# Bow Collectors



## CA_Rcher12 (Oct 28, 2004)

Post in the classifieds.


----------



## Dale Weiss (Nov 4, 2004)

Sir - I am not trying to buy or sell here. I was just wondering if other bow collectors visit the History site. The history of the recurve bow is very interesting and I was hoping that I would find some other bow collectors here to share some knowledge.


----------



## Kitsap (Dec 24, 2002)

I wouldn't call myself an old bow collector exactly. Just a parsimonious type archer who can't stand seeing an old bow go to waste. Problem is that, short of Ebay, it is difficult to find sources of old bows. There isn't even a regular archery shop in my county, let alone one that might sometimes have an old bow for sale. 

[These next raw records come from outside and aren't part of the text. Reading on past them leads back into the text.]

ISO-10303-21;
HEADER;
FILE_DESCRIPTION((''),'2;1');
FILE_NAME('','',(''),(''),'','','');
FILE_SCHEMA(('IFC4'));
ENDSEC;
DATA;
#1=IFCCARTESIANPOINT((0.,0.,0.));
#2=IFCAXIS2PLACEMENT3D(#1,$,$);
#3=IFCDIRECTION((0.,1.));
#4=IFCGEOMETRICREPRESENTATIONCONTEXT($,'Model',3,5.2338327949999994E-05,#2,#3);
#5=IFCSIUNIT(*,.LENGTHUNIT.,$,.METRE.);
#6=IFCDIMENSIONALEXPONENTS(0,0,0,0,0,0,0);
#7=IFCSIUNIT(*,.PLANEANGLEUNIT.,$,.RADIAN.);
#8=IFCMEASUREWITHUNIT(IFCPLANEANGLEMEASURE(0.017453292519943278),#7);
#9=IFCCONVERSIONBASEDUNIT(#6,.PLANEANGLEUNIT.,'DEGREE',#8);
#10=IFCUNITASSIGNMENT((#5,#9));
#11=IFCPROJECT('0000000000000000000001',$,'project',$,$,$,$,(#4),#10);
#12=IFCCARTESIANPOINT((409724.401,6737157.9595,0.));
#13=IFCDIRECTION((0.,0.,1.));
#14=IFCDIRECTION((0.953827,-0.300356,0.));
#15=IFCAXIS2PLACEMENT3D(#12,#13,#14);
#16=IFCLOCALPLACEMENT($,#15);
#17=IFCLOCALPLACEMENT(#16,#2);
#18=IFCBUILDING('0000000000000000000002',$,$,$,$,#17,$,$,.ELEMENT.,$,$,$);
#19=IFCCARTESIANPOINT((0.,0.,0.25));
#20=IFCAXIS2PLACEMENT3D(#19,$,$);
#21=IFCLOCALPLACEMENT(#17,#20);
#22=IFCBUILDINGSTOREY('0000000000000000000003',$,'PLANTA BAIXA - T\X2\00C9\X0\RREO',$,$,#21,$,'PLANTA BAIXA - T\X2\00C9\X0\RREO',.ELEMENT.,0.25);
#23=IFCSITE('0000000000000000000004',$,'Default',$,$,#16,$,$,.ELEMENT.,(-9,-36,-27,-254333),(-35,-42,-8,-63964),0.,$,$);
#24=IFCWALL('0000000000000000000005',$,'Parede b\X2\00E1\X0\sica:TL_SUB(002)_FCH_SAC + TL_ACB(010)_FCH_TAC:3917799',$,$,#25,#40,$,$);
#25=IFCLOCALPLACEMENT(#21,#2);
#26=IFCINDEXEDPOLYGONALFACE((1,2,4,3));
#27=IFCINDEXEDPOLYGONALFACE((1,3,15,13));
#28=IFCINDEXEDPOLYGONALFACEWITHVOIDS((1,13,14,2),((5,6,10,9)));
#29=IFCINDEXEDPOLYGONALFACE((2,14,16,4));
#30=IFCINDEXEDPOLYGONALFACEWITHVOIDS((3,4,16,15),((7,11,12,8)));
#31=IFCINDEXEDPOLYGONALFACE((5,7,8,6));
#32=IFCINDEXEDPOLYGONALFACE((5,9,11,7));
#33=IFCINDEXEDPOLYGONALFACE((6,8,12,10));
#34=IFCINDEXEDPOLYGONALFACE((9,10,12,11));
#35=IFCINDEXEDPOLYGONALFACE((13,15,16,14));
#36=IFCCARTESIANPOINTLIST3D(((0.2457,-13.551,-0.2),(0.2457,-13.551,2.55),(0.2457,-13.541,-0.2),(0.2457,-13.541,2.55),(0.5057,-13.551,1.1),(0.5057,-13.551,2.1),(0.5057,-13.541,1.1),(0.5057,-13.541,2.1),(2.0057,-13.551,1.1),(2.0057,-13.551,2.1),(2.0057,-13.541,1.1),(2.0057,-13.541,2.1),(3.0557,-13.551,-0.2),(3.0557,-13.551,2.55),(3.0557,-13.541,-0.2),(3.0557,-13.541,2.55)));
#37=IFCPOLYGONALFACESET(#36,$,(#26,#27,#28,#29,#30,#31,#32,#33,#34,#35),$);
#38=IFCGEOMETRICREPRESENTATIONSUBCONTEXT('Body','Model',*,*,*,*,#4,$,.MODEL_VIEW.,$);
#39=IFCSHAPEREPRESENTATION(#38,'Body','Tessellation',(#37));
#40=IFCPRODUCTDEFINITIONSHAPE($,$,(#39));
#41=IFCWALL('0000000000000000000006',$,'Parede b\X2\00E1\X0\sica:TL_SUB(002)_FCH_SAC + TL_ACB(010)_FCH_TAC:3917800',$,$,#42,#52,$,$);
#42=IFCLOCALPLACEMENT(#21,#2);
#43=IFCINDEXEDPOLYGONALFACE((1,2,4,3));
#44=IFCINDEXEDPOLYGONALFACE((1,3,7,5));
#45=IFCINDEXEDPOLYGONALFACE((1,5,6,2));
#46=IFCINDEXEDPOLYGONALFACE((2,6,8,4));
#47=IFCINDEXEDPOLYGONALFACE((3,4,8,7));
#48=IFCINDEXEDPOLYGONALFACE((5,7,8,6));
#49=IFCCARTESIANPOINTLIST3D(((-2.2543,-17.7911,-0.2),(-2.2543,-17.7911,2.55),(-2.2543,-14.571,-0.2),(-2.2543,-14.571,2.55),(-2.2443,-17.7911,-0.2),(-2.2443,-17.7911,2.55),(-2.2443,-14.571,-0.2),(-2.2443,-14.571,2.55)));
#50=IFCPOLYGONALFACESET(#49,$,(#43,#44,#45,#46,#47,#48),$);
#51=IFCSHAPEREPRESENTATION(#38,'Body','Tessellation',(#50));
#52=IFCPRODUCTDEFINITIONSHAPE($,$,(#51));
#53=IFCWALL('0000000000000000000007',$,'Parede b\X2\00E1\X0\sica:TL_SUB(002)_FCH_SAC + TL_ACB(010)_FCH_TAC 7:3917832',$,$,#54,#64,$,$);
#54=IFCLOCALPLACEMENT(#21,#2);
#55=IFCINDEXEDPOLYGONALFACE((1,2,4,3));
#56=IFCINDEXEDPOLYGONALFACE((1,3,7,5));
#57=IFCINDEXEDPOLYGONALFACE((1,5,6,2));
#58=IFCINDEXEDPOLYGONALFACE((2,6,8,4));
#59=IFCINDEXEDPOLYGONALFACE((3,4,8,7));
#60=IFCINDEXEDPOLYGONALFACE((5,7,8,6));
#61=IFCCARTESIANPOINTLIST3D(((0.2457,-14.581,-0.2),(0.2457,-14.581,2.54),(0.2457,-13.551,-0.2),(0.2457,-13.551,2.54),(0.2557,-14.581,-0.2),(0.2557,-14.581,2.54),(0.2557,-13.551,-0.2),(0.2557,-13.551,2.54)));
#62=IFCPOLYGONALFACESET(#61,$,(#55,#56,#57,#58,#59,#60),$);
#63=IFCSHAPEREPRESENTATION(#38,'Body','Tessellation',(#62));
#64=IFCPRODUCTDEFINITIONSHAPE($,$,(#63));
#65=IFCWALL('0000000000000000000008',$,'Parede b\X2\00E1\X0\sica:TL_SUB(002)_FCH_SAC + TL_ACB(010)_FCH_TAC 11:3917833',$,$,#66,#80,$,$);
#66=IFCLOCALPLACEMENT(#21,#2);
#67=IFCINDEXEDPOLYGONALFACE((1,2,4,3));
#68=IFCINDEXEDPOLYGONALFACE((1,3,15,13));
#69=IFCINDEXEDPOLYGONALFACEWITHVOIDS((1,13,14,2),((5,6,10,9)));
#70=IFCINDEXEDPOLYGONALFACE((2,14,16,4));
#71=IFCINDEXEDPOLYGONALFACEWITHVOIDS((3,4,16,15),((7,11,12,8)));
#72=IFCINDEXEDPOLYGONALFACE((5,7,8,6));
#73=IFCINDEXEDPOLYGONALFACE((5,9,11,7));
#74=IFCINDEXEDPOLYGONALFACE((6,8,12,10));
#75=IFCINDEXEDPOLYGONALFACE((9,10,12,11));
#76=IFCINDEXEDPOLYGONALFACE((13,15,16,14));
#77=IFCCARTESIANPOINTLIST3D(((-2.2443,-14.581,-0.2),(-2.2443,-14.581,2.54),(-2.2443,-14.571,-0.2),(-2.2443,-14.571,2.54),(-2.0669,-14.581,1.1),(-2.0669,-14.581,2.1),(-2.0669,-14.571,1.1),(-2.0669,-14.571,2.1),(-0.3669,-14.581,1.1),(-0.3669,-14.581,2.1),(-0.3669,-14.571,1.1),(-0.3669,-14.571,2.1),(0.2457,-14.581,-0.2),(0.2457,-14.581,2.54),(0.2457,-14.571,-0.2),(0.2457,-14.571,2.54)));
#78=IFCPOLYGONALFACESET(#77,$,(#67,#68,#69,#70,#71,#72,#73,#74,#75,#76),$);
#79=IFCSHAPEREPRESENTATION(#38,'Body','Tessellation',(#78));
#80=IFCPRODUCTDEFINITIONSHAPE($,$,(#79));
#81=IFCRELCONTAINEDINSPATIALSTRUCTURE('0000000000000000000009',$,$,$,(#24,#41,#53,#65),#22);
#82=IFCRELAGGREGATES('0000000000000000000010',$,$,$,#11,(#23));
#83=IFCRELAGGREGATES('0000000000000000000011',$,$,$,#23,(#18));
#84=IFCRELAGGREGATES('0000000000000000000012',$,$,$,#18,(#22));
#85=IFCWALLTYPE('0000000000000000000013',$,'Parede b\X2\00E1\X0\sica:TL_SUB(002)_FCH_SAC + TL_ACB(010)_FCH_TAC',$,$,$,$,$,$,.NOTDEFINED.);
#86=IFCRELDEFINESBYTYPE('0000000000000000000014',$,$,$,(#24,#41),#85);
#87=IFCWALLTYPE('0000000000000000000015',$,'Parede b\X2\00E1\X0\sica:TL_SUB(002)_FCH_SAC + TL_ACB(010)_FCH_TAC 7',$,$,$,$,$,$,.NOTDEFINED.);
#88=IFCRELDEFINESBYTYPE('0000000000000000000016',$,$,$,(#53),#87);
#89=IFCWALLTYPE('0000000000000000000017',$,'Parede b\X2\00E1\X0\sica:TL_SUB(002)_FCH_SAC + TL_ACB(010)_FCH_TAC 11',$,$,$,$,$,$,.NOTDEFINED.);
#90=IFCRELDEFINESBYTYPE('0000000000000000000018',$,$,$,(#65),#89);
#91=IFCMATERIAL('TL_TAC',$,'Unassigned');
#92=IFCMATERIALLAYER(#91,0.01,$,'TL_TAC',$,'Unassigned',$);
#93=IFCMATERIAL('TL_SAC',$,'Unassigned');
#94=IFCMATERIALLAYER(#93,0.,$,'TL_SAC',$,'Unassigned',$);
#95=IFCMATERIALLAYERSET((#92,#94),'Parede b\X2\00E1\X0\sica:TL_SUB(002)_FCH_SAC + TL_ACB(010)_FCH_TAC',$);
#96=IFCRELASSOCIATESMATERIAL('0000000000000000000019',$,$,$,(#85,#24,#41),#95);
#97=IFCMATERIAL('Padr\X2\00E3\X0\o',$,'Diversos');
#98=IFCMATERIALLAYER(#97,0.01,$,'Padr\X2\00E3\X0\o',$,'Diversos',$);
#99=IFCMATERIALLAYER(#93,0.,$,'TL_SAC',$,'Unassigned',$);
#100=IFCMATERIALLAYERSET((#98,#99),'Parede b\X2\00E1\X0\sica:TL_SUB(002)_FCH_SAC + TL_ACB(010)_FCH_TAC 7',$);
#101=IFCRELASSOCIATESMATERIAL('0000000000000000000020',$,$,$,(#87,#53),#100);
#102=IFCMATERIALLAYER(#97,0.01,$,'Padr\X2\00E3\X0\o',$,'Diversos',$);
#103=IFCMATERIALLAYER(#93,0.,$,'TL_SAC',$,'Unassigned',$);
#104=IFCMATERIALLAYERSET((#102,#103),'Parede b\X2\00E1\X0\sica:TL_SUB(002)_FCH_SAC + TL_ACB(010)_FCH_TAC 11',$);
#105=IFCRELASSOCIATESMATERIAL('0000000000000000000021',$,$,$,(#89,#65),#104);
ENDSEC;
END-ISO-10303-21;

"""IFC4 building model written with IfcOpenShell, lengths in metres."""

from ifc_helpers import new_model, entity, si_unit, converted_unit, direction, frame, frame_2d, origin, place, context, subcontext, project, spatial, rectangle, extrude, material, layer, layer_set, layer_usage, type_object, element, save


model = new_model("IFC4")

# Units and contexts
model_context = context("Model", 3, precision=5.2338327949999994e-05, world=origin(), true_north=direction((0.0, 1.0)))
body_context = subcontext(model_context, "Body", "Model", "MODEL_VIEW")
ifc_project = project(units=[si_unit("LENGTHUNIT", "METRE"), converted_unit("PLANEANGLEUNIT", "DEGREE", entity("IfcPlaneAngleMeasure", 0.017453292519943278), si_unit("PLANEANGLEUNIT", "RADIAN"), dimensions=[0, 0, 0, 0, 0, 0, 0])], contexts=[model_context])

# Site, building, storey
site_placement = place(None, frame((409724.401, 6737157.9595, 0.0), z_axis=(0.0, 0.0, 1.0), x_axis=(0.953827, -0.300356, 0.0)))
site = spatial("IfcSite", under=ifc_project, at=site_placement, Name="Default", CompositionType="ELEMENT", RefLatitude=(-9, -36, -27, -254333), RefLongitude=(-35, -42, -8, -63964), RefElevation=0.0)
building_placement = place(site_placement, origin())
building = spatial("IfcBuilding", under=site, at=building_placement, CompositionType="ELEMENT")
storey_placement = place(building_placement, frame((0.0, 0.0, 0.25)))
storey = spatial("IfcBuildingStorey", under=building, at=storey_placement, Name="PLANTA BAIXA - TÉRREO", LongName="PLANTA BAIXA - TÉRREO", CompositionType="ELEMENT", Elevation=0.25)

# Shared definitions
ifc_material_1 = material(Name="TL_SAC", Category="Unassigned")

# Wall, opening
ifc_material_2 = material(Name="TL_TAC", Category="Unassigned")
ifc_layer_1 = layer(ifc_material_2, 0.01, Name="TL_TAC", Category="Unassigned")
ifc_layer_2 = layer(ifc_material_1, 0.0, Name="TL_SAC", Category="Unassigned")
ifc_layer_set_1 = layer_set([ifc_layer_1, ifc_layer_2], Name="Parede básica:TL_SUB(002)_FCH_SAC + TL_ACB(010)_FCH_TAC")
ifc_layer_usage_1 = layer_usage(ifc_layer_set_1, "AXIS2", "POSITIVE", -0.005)
wall_type_1 = type_object("IfcWallType", Name="Parede básica:TL_SUB(002)_FCH_SAC + TL_ACB(010)_FCH_TAC", PredefinedType="NOTDEFINED", material=ifc_layer_set_1)
wall_1_placement = place(storey_placement, frame((3.0557, -13.546, -0.2), z_axis=(0.0, 0.0, 1.0), x_axis=(-1.0, 0.0, 0.0)))
wall_1 = element("IfcWall", 1, at=wall_1_placement, inside=storey, type_object=wall_type_1, material=ifc_layer_usage_1, Name="Parede básica:TL_SUB(002)_FCH_SAC + TL_ACB(010)_FCH_TAC:3917799", context=body_context, shape_type="SweptSolid", body=[
    extrude(rectangle(XDim=2.81, YDim=0.01, at=frame_2d((1.405, 0.0), x_axis=(-1.0, 0.0))), origin(), (0.0, 0.0, 1.0), 2.75),
])
opening_1_placement = place(wall_1_placement, frame((3.0557, -13.546, 1.3)))
element("IfcOpeningElement", 2, at=opening_1_placement, cuts=wall_1, PredefinedType="OPENING", context=body_context, shape_type="SweptSolid", body=[
    extrude(rectangle(XDim=1.0, YDim=1.5, at=frame_2d((0.0, 0.0), x_axis=(0.0, 1.0))), frame((-1.2557, 12.127, 0.5), z_axis=(0.0, 1.0, 0.0), x_axis=(1.0, 0.0, 0.0)), (0.0, 0.0, 1.0), 3.048),
])

# Walls
ifc_layer_usage_2 = layer_usage(ifc_layer_set_1, "AXIS2", "NEGATIVE", 0.005)
wall_2_placement = place(storey_placement, frame((-2.2493, -14.571, -0.2), z_axis=(0.0, 0.0, 1.0), x_axis=(0.0, -1.0, 0.0)))
element("IfcWall", 3, at=wall_2_placement, inside=storey, type_object=wall_type_1, material=ifc_layer_usage_2, Name="Parede básica:TL_SUB(002)_FCH_SAC + TL_ACB(010)_FCH_TAC:3917800", context=body_context, shape_type="SweptSolid", body=[
    extrude(rectangle(XDim=3.2201, YDim=0.01, at=frame_2d((1.6101, 0.0), x_axis=(-1.0, 0.0))), origin(), (0.0, 0.0, 1.0), 2.75),
])
ifc_material_3 = material(Name="Padrão", Category="Diversos")
ifc_layer_3 = layer(ifc_material_3, 0.01, Name="Padrão", Category="Diversos")
ifc_layer_4 = layer(ifc_material_1, 0.0, Name="TL_SAC", Category="Unassigned")
ifc_layer_set_2 = layer_set([ifc_layer_3, ifc_layer_4], Name="Parede básica:TL_SUB(002)_FCH_SAC + TL_ACB(010)_FCH_TAC 7")
ifc_layer_usage_3 = layer_usage(ifc_layer_set_2, "AXIS2", "NEGATIVE", 0.005)
wall_type_2 = type_object("IfcWallType", Name="Parede básica:TL_SUB(002)_FCH_SAC + TL_ACB(010)_FCH_TAC 7", PredefinedType="NOTDEFINED", material=ifc_layer_set_2)
wall_3_placement = place(storey_placement, frame((0.2507, -13.551, -0.2), z_axis=(0.0, 0.0, 1.0), x_axis=(0.0, -1.0, 0.0)))
element("IfcWall", 4, at=wall_3_placement, inside=storey, type_object=wall_type_2, material=ifc_layer_usage_3, Name="Parede básica:TL_SUB(002)_FCH_SAC + TL_ACB(010)_FCH_TAC 7:3917832", context=body_context, shape_type="SweptSolid", body=[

You wouldn't happen to know of archery shows where used Traditional equipment is sold would you?


----------



## Dale Weiss (Nov 4, 2004)

*Old Bows*

I feel the way you do. I hate to see a nice old recurve (or compound) just sit there unused. I love to shoot them and prefer them over the modern bow, even though I have a few to many of them myself. But, back to the collecting. I buy, sell, and collect the old bow. You may want to try GunBroker.com for the bows for sale there. Many a good deal. As for shows, there are a few in my area of Pa. where old bows are the norm, along with hand made. That is real fun, as I make TD recurves and love to gain new knowledge of the making of them. Keep in touch.


----------



## 500 fps (Oct 13, 2002)

I collect old compounds. So far my collection includes:
2 Allen originals
1 Jennings original 
2 Graham Dynabows
2 Bear Delta V's
1 TSS Quadraflex
1 Martin Kam Act

and many others that probably would not be collectable to anyone else but me, but hold a sentimantal value.


----------



## robertyb (Jul 19, 2004)

I believe that you will do better on this site for recurves, takedowns, etc.

http://www.tradgang.com/


----------



## hs6181 (Dec 14, 2003)

yep tradgang is the best place I've found for traditional archery.


----------



## Africanbowhunter (May 29, 2003)

I collect and fidn msot on E bay cheap too TINK


----------



## Recurvetd (Nov 16, 2003)

*Collecting Take-downs*

I collect Ben Pearson take-downs as well as other Ben pearson bows.


----------



## bowbender7 (Jun 1, 2002)

When it comes to competition, I guess I am a hard core compounder. I do like recurves and longbows however. My collection is small but I have some nice pieces - Black Widow X99, mint!, a Ben Pearson Eliminator and a BP youth recurve. I do shoot my oly setup Martin Aurora but those listed are wall hangers for me.

Sean


----------



## Dennis 2 (Sep 15, 2003)

*Dale Weiss*

Dale , you have a PM...


----------



## Welshman (Oct 5, 2002)

500 fps said:


> I collect old compounds. So far my collection includes:
> 2 Allen originals
> 1 Jennings original
> 2 Graham Dynabows
> ...


----------



## arrowwrapsunlim (Sep 22, 2003)

I love to collect old recurves. I have an old Ben Person Cougar double shelf (R/L) handed Cat# 964. I was told it is like an old split window corvette. I have this bow with the original box, plastic bag and Papers. I changed the string and only shot it maybe 25 different times. I since put it away and don't shoot it anymore. What do you think about it. Is it a good find? If so what do I do with it?
www.arrowwrapsunlimited.com


----------



## Idaho_Elk_Huntr (Dec 13, 2003)

For the past few years I have been buying and collecting Black widows. Not old But I like them and maybe down the road may be worth something.


----------



## jaws (Dec 6, 2002)

Finding merchandise.....try here:http://www.onestopsports.com/ and click on collectible items


----------



## 500 fps (Oct 13, 2002)

Welshman said:


> 500 fps said:
> 
> 
> > I collect old compounds. So far my collection includes:
> ...


----------



## SkookumDon (Oct 19, 2002)

*Archery History*



Dale Weiss said:


> Sir - I am not trying to buy or sell here. I was just wondering if other bow collectors visit the History site. The history of the recurve bow is very interesting and I was hoping that I would find some other bow collectors here to share some knowledge.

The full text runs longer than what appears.